The field of human animation and interaction is rapidly advancing, with a focus on creating more realistic and interactive experiences. One of the key trends is the use of diffusion-based models, which have shown impressive results in generating high-quality video and animating human characters. These models are being used to create more realistic facial expressions, body movements, and interactions between humans and objects.
Another area of research is the development of frameworks that can generate video content with multiple concepts, such as humans, objects, and audio conditions. These frameworks are enabling the creation of more complex and interactive videos, with applications in fields such as e-commerce, education, and entertainment.
The use of attention mechanisms and multimodal fusion is also becoming increasingly popular, allowing for more precise control over the generation of video content and enabling the incorporation of multiple sources of information, such as text, audio, and images.
Notable papers in this area include:
- LLIA, which presents a novel audio-driven portrait video generation framework that achieves low-latency and high-fidelity output.

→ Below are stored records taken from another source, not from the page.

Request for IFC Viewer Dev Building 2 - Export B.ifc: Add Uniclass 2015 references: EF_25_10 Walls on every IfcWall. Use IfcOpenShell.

First a look at what the model holds.

```python
import ifcopenshell

model = ifcopenshell.open("IFC Viewer Dev Building 2 - Export B.ifc")
print(model.schema)
print("classifications:", [c.Name for c in model.by_type("IfcClassification")])
for ifc_class in ("IfcDoor", "IfcRoof", "IfcStair", "IfcWall", "IfcWindow"):
    print(ifc_class, len(model.by_type(ifc_class)))
```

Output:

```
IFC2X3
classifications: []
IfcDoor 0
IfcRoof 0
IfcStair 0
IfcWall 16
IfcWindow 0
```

```python
import ifcopenshell
import ifcopenshell.api.classification

model = ifcopenshell.open("IFC Viewer Dev Building 2 - Export B.ifc")

# IFC2X3 requires Source and Edition and has no link from the project to the system.
system = model.create_entity("IfcClassification", Source="NBS", Edition="2015", Name="Uniclass 2015")

codes = {
    "IfcWall": ("EF_25_10", "Walls"),
}
for ifc_class, (code, name) in codes.items():
    products = model.by_type(ifc_class)
    ifcopenshell.api.classification.add_reference(
        model, products=products, classification=system, identification=code, name=name
    )
    print(code, len(products))

model.write("IFC Viewer Dev Building 2 - Export B_edited.ifc")
```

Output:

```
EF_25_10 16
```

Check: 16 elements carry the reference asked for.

- ChronoTailor, which introduces a diffusion-based framework for fine-grained video virtual try-on that generates temporally consistent videos while preserving garment details.
- HunyuanVideo-HOMA, which proposes a weakly conditioned multimodal-driven framework for generic human-object interaction in multimodal driven human animation.
- HopaDIFF, which pioneers textual reference-guided human action segmentation in multi-person settings and achieves state-of-the-art results on the RHAS133 dataset.
- InterActHuman, which introduces a novel framework for multi-concept human animation with layout-aligned audio conditions and enables the generation of controllable multi-concept human-centric videos.
- Controllable Expressive 3D Facial Animation, which presents a diffusion-based framework for controllable expressive 3D facial animation via diffusion in a unified multimodal space.
- DreamActor-H1, which proposes a Diffusion Transformer-based framework for high-fidelity human-product demonstration video generation via motion-designed diffusion transformers.